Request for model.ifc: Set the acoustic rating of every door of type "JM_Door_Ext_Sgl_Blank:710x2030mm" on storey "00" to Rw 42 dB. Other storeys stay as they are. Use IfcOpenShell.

First a look at what the model holds.

```python
import ifcopenshell
import ifcopenshell.util.element

model = ifcopenshell.open("model.ifc")
print(model.schema)
storey = next(s for s in model.by_type("IfcBuildingStorey") if s.Name == "00")
doors = [e for e in ifcopenshell.util.element.get_decomposition(storey) if e.is_a("IfcDoor")]
seen = {}
for e in doors:
    element_type = ifcopenshell.util.element.get_type(e)
    key = (element_type.Name if element_type != e and element_type else None, ifcopenshell.util.element.get_pset(e, "Pset_DoorCommon", "AcousticRating"))
    seen[key] = seen.get(key, 0) + 1
for (name, value), count in sorted(seen.items(), key=str):
    print(count, "x", name, "|", value)
```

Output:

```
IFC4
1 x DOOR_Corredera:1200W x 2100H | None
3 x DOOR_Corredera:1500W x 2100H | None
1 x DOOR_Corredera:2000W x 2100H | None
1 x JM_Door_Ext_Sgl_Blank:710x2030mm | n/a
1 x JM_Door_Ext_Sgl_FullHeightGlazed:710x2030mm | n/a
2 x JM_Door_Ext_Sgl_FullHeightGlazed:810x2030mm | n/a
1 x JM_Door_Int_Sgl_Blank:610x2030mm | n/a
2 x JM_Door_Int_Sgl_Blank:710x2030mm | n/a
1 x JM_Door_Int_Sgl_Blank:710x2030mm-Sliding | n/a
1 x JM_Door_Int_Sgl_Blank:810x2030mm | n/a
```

```python
import ifcopenshell
import ifcopenshell.api.pset
import ifcopenshell.util.element

model = ifcopenshell.open("model.ifc")

storey = next(s for s in model.by_type("IfcBuildingStorey") if s.Name == "00")
doors = [e for e in ifcopenshell.util.element.get_decomposition(storey) if e.is_a("IfcDoor")]

count = 0
for e in doors:
    element_type = ifcopenshell.util.element.get_type(e)
    if element_type in (None, e) or element_type.Name != "JM_Door_Ext_Sgl_Blank:710x2030mm":
        continue
    # add_pset returns the element's existing set when there is one.
    pset = ifcopenshell.api.pset.add_pset(model, product=e, name="Pset_DoorCommon")
    ifcopenshell.api.pset.edit_pset(model, pset=pset, properties={"AcousticRating": "Rw 42 dB"})
    count += 1

print(count, "doors updated")

model.write("model_v2.ifc")
```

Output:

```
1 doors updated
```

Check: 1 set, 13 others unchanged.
########
## Directions for this task
From the first line to the last, set down every record exactly as written above.

## Response
Request for model.ifc: Set the acoustic rating of every door of type "JM_Door_Ext_Sgl_Blank:710x2030mm" on storey "00" to Rw 42 dB. Other storeys stay as they are. Use IfcOpenShell.

First a look at what the model holds.

```python
import ifcopenshell
import ifcopenshell.util.element

model = ifcopenshell.open("model.ifc")
print(model.schema)
storey = next(s for s in model.by_type("IfcBuildingStorey") if s.Name == "00")
doors = [e for e in ifcopenshell.util.element.get_decomposition(storey) if e.is_a("IfcDoor")]
seen = {}
for e in doors:
    element_type = ifcopenshell.util.element.get_type(e)
    key = (element_type.Name if element_type != e and element_type else None, ifcopenshell.util.element.get_pset(e, "Pset_DoorCommon", "AcousticRating"))
    seen[key] = seen.get(key, 0) + 1
for (name, value), count in sorted(seen.items(), key=str):
    print(count, "x", name, "|", value)
```

Output:

```
IFC4
1 x DOOR_Corredera:1200W x 2100H | None
3 x DOOR_Corredera:1500W x 2100H | None
1 x DOOR_Corredera:2000W x 2100H | None
1 x JM_Door_Ext_Sgl_Blank:710x2030mm | n/a
1 x JM_Door_Ext_Sgl_FullHeightGlazed:710x2030mm | n/a
2 x JM_Door_Ext_Sgl_FullHeightGlazed:810x2030mm | n/a
1 x JM_Door_Int_Sgl_Blank:610x2030mm | n/a
2 x JM_Door_Int_Sgl_Blank:710x2030mm | n/a
1 x JM_Door_Int_Sgl_Blank:710x2030mm-Sliding | n/a
1 x JM_Door_Int_Sgl_Blank:810x2030mm | n/a
```

```python
import ifcopenshell
import ifcopenshell.api.pset
import ifcopenshell.util.element

model = ifcopenshell.open("model.ifc")

storey = next(s for s in model.by_type("IfcBuildingStorey") if s.Name == "00")
doors = [e for e in ifcopenshell.util.element.get_decomposition(storey) if e.is_a("IfcDoor")]

count = 0
for e in doors:
    element_type = ifcopenshell.util.element.get_type(e)
    if element_type in (None, e) or element_type.Name != "JM_Door_Ext_Sgl_Blank:710x2030mm":
        continue
    # add_pset returns the element's existing set when there is one.
    pset = ifcopenshell.api.pset.add_pset(model, product=e, name="Pset_DoorCommon")
    ifcopenshell.api.pset.edit_pset(model, pset=pset, properties={"AcousticRating": "Rw 42 dB"})
    count += 1

print(count, "doors updated")

model.write("model_v2.ifc")
```

Output:

```
1 doors updated
```

Check: 1 set, 13 others unchanged.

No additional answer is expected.